第2回定例道議会は24日午後に本会議を再開して、一般質問を続行した。鈴木直道知事は、ラピダス(東京)の千歳市進出を契機とした全道への波及効果について「道では立地効果が全道へ波及するよう、3月に策定した半導体・デジタル関連産業振興ビジョンで、『地域経済の活性化』を方針として掲げている」と指摘。全道域でのDX(デジタルトランスフォーメーション)産業の集積▽デジタル技術の社会実装による地域課題の解決促進▽観光やワーケーションの促進による地域産業への波及拡大―など、「多様な視点での取り組みを進め、本道経済全体の活性化と持続的発展につなげる」との姿勢を示した。阿知良寛美氏(公明党)の質問に答えた。
さらに阿知良氏は、道が導入を検討する法定外目的税「宿泊税」の今後のスケジュールや、庁内に「プロジェクトチームを設置すべきでは」とただした。

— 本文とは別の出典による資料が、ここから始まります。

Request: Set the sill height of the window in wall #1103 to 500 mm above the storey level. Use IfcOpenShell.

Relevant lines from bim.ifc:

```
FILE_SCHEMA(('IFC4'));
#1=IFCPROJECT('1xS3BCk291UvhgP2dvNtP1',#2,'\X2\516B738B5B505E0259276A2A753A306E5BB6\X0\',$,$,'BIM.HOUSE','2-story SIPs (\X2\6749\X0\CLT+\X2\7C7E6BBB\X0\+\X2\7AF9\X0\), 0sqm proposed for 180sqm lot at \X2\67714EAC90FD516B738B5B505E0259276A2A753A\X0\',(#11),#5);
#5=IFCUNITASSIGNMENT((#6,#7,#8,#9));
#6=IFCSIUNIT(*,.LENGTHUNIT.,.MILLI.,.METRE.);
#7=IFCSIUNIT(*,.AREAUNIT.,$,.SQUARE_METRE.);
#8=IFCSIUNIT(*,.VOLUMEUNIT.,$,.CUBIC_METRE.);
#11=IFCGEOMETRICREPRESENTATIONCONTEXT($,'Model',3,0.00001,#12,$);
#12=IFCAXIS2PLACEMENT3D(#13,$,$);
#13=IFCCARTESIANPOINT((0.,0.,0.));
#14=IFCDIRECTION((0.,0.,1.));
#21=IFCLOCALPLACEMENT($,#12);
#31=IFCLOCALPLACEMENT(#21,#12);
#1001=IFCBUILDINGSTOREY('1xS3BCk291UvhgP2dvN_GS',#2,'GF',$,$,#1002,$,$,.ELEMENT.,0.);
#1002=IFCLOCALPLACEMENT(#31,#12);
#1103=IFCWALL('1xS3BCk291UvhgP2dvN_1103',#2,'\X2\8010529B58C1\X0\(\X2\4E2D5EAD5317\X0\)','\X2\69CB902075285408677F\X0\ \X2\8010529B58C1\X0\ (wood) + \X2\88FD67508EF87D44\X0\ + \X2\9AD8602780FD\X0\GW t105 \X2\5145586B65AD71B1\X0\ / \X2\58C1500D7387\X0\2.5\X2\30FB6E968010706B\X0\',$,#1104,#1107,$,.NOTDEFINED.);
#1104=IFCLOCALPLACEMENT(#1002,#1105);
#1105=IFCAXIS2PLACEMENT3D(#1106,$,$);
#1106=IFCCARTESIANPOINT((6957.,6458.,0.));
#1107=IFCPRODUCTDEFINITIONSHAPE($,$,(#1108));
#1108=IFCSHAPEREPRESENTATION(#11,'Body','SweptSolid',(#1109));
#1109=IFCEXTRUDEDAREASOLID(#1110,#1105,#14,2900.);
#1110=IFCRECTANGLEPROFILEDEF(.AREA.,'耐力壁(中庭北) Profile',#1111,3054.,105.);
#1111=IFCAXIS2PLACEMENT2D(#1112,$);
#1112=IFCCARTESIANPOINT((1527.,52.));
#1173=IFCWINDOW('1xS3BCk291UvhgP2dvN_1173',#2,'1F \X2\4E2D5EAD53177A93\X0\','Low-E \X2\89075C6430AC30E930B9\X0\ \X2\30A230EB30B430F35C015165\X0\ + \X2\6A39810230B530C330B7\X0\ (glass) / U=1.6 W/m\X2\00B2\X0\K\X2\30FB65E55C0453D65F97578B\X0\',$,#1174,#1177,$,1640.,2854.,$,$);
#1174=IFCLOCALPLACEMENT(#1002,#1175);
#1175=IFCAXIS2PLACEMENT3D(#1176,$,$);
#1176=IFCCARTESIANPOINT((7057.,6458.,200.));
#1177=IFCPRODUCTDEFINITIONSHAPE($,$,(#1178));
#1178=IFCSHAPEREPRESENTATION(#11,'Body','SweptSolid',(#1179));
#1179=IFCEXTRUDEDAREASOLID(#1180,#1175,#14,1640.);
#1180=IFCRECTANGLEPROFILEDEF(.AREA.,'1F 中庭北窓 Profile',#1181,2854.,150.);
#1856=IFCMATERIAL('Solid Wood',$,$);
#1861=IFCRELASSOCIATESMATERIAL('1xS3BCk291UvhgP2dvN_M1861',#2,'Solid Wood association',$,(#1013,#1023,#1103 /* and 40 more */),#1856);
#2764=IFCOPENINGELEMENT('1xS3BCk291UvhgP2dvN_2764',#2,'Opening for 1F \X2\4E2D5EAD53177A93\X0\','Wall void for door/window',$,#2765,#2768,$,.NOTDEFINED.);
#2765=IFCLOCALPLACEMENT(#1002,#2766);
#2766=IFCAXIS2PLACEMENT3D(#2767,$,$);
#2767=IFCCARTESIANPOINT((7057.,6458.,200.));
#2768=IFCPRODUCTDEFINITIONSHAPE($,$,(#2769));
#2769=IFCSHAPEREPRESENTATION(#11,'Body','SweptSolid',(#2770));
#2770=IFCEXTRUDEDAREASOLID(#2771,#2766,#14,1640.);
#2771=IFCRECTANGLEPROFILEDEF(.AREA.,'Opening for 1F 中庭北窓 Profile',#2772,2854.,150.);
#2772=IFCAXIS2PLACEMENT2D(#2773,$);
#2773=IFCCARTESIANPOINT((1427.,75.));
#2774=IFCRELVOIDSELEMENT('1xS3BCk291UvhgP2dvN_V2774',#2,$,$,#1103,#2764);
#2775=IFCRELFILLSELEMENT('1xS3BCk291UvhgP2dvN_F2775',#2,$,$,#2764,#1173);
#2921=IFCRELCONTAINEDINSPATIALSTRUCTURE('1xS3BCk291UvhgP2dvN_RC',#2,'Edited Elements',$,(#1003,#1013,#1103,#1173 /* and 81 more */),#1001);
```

```python
import numpy as np
import ifcopenshell
import ifcopenshell.api.geometry
import ifcopenshell.geom
import ifcopenshell.util.element
import ifcopenshell.util.placement
import ifcopenshell.util.shape
import ifcopenshell.util.unit

model = ifcopenshell.open("bim.ifc")
unit_scale = ifcopenshell.util.unit.calculate_unit_scale(model)

window = model.by_guid("1xS3BCk291UvhgP2dvN_1173")
opening = window.FillsVoids[0].RelatingOpeningElement
storey = ifcopenshell.util.element.get_container(window, ifc_class="IfcBuildingStorey")
level = ifcopenshell.util.placement.get_local_placement(storey.ObjectPlacement)[2, 3]

# The opening's origin need not be at the sill, so measure its lowest point.
shape = ifcopenshell.geom.create_shape(ifcopenshell.geom.settings(), opening)
bottom = ifcopenshell.util.shape.get_shape_bottom_elevation(shape, shape.geometry) / unit_scale
dz = level + 500.0 - bottom

shift = np.array([0.0, 0.0, dz])
# The window is not placed relative to its opening, so move both.
for product in (opening, window):
    matrix = ifcopenshell.util.placement.get_local_placement(product.ObjectPlacement)
    matrix[:3, 3] += shift
    ifcopenshell.api.geometry.edit_object_placement(model, product=product, matrix=matrix, is_si=False)

print(f"moved by {dz * unit_scale:+.3f} m")

model.write("bim_rev.ifc")
```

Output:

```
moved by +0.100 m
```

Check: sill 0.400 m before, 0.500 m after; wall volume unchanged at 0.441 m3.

知事は「今定例会において道の考え方や、今後の進め方などについて議論を尽くしていきたい」と説明。「『新税の考え方』(道案)について事業者をはじめ関係の皆さんに丁寧に説明し、より多くの理解を得られるよう、関係部局や振興局と連携を図りながら進める」と答弁した。
小林千代美氏(民主・道民連合、千歳市区)も宿泊税を取り上げ、「なぜ目的税を導入するのか。今回導入する目的税の使途と、一般財源による観光振興施策との違いは何か」と迫った。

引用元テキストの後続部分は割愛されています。